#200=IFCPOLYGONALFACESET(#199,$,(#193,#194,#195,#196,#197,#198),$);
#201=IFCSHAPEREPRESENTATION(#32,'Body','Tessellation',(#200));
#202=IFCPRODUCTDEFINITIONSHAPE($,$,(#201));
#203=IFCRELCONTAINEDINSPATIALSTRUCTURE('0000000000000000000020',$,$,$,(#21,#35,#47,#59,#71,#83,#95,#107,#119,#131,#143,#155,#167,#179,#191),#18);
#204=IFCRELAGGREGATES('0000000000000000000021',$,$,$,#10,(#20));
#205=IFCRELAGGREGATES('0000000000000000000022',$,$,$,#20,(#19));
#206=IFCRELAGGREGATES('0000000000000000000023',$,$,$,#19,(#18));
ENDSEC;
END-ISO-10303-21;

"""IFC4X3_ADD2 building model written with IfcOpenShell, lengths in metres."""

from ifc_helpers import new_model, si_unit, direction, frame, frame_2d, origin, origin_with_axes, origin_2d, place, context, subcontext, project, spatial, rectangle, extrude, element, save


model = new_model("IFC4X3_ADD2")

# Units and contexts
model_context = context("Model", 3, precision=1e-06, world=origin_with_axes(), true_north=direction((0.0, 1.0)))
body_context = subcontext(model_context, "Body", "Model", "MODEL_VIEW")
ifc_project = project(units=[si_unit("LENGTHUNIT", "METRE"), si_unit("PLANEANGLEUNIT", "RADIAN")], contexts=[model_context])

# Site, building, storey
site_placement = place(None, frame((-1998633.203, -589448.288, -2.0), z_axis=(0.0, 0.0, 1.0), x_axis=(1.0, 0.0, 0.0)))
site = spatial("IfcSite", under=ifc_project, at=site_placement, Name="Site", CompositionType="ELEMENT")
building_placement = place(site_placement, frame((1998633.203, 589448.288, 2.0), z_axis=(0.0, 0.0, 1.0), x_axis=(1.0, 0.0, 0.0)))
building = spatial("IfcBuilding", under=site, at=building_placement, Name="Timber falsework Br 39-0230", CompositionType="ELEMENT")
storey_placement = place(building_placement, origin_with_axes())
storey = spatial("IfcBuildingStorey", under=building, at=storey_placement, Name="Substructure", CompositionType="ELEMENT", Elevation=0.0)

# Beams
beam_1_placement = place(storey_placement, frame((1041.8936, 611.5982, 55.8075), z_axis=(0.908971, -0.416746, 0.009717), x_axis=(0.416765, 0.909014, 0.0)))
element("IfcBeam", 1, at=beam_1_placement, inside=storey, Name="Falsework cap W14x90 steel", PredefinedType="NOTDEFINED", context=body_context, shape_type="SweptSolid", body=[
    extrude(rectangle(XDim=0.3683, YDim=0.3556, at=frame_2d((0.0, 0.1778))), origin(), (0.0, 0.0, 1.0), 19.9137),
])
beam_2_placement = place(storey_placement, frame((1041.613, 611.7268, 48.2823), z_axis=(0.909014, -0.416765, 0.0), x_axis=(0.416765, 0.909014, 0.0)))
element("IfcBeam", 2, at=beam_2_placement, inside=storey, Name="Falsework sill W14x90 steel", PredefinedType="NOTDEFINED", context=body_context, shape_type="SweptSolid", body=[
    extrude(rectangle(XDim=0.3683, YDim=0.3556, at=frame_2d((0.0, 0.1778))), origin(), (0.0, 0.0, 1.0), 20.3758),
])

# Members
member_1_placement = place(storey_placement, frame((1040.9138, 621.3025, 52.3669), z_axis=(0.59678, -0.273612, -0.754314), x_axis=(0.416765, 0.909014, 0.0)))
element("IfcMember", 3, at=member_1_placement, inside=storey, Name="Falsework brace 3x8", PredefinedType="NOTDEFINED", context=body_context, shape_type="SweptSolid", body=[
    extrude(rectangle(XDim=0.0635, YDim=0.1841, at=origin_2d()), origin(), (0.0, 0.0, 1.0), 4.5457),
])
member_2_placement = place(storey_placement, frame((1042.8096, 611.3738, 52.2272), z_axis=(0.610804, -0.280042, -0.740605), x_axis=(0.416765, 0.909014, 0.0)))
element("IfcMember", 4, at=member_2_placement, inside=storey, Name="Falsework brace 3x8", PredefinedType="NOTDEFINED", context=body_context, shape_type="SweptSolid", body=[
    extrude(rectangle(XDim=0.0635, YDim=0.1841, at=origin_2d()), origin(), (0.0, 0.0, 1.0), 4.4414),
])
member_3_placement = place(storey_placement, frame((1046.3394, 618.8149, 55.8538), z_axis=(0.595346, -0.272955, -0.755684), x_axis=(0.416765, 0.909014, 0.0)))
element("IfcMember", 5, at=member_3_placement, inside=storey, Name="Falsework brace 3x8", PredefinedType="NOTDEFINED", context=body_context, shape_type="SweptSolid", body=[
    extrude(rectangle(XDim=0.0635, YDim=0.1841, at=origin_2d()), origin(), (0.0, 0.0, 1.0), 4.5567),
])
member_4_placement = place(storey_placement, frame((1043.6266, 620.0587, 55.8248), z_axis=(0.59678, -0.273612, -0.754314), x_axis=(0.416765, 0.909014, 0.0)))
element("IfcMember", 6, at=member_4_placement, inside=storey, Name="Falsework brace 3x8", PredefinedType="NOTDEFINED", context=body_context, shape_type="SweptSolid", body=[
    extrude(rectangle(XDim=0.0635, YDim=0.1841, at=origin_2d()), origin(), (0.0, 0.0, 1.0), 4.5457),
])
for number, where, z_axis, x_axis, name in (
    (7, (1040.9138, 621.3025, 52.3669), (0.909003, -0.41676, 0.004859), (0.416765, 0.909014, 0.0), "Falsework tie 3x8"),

• TASK TO CARRY OUT: An exact copy of the material above is needed.

• ANSWER TO THIS EXERCISE:
#200=IFCPOLYGONALFACESET(#199,$,(#193,#194,#195,#196,#197,#198),$);
#201=IFCSHAPEREPRESENTATION(#32,'Body','Tessellation',(#200));
#202=IFCPRODUCTDEFINITIONSHAPE($,$,(#201));
#203=IFCRELCONTAINEDINSPATIALSTRUCTURE('0000000000000000000020',$,$,$,(#21,#35,#47,#59,#71,#83,#95,#107,#119,#131,#143,#155,#167,#179,#191),#18);
#204=IFCRELAGGREGATES('0000000000000000000021',$,$,$,#10,(#20));
#205=IFCRELAGGREGATES('0000000000000000000022',$,$,$,#20,(#19));
#206=IFCRELAGGREGATES('0000000000000000000023',$,$,$,#19,(#18));
ENDSEC;
END-ISO-10303-21;

"""IFC4X3_ADD2 building model written with IfcOpenShell, lengths in metres."""

from ifc_helpers import new_model, si_unit, direction, frame, frame_2d, origin, origin_with_axes, origin_2d, place, context, subcontext, project, spatial, rectangle, extrude, element, save


model = new_model("IFC4X3_ADD2")

# Units and contexts
model_context = context("Model", 3, precision=1e-06, world=origin_with_axes(), true_north=direction((0.0, 1.0)))
body_context = subcontext(model_context, "Body", "Model", "MODEL_VIEW")
ifc_project = project(units=[si_unit("LENGTHUNIT", "METRE"), si_unit("PLANEANGLEUNIT", "RADIAN")], contexts=[model_context])

# Site, building, storey
site_placement = place(None, frame((-1998633.203, -589448.288, -2.0), z_axis=(0.0, 0.0, 1.0), x_axis=(1.0, 0.0, 0.0)))
site = spatial("IfcSite", under=ifc_project, at=site_placement, Name="Site", CompositionType="ELEMENT")
building_placement = place(site_placement, frame((1998633.203, 589448.288, 2.0), z_axis=(0.0, 0.0, 1.0), x_axis=(1.0, 0.0, 0.0)))
building = spatial("IfcBuilding", under=site, at=building_placement, Name="Timber falsework Br 39-0230", CompositionType="ELEMENT")
storey_placement = place(building_placement, origin_with_axes())
storey = spatial("IfcBuildingStorey", under=building, at=storey_placement, Name="Substructure", CompositionType="ELEMENT", Elevation=0.0)

# Beams
beam_1_placement = place(storey_placement, frame((1041.8936, 611.5982, 55.8075), z_axis=(0.908971, -0.416746, 0.009717), x_axis=(0.416765, 0.909014, 0.0)))
element("IfcBeam", 1, at=beam_1_placement, inside=storey, Name="Falsework cap W14x90 steel", PredefinedType="NOTDEFINED", context=body_context, shape_type="SweptSolid", body=[
    extrude(rectangle(XDim=0.3683, YDim=0.3556, at=frame_2d((0.0, 0.1778))), origin(), (0.0, 0.0, 1.0), 19.9137),
])
beam_2_placement = place(storey_placement, frame((1041.613, 611.7268, 48.2823), z_axis=(0.909014, -0.416765, 0.0), x_axis=(0.416765, 0.909014, 0.0)))
element("IfcBeam", 2, at=beam_2_placement, inside=storey, Name="Falsework sill W14x90 steel", PredefinedType="NOTDEFINED", context=body_context, shape_type="SweptSolid", body=[
    extrude(rectangle(XDim=0.3683, YDim=0.3556, at=frame_2d((0.0, 0.1778))), origin(), (0.0, 0.0, 1.0), 20.3758),
])

# Members
member_1_placement = place(storey_placement, frame((1040.9138, 621.3025, 52.3669), z_axis=(0.59678, -0.273612, -0.754314), x_axis=(0.416765, 0.909014, 0.0)))
element("IfcMember", 3, at=member_1_placement, inside=storey, Name="Falsework brace 3x8", PredefinedType="NOTDEFINED", context=body_context, shape_type="SweptSolid", body=[
    extrude(rectangle(XDim=0.0635, YDim=0.1841, at=origin_2d()), origin(), (0.0, 0.0, 1.0), 4.5457),
])
member_2_placement = place(storey_placement, frame((1042.8096, 611.3738, 52.2272), z_axis=(0.610804, -0.280042, -0.740605), x_axis=(0.416765, 0.909014, 0.0)))
element("IfcMember", 4, at=member_2_placement, inside=storey, Name="Falsework brace 3x8", PredefinedType="NOTDEFINED", context=body_context, shape_type="SweptSolid", body=[
    extrude(rectangle(XDim=0.0635, YDim=0.1841, at=origin_2d()), origin(), (0.0, 0.0, 1.0), 4.4414),
])
member_3_placement = place(storey_placement, frame((1046.3394, 618.8149, 55.8538), z_axis=(0.595346, -0.272955, -0.755684), x_axis=(0.416765, 0.909014, 0.0)))
element("IfcMember", 5, at=member_3_placement, inside=storey, Name="Falsework brace 3x8", PredefinedType="NOTDEFINED", context=body_context, shape_type="SweptSolid", body=[
    extrude(rectangle(XDim=0.0635, YDim=0.1841, at=origin_2d()), origin(), (0.0, 0.0, 1.0), 4.5567),
])
member_4_placement = place(storey_placement, frame((1043.6266, 620.0587, 55.8248), z_axis=(0.59678, -0.273612, -0.754314), x_axis=(0.416765, 0.909014, 0.0)))
element("IfcMember", 6, at=member_4_placement, inside=storey, Name="Falsework brace 3x8", PredefinedType="NOTDEFINED", context=body_context, shape_type="SweptSolid", body=[
    extrude(rectangle(XDim=0.0635, YDim=0.1841, at=origin_2d()), origin(), (0.0, 0.0, 1.0), 4.5457),
])
for number, where, z_axis, x_axis, name in (
    (7, (1040.9138, 621.3025, 52.3669), (0.909003, -0.41676, 0.004859), (0.416765, 0.909014, 0.0), "Falsework tie 3x8"),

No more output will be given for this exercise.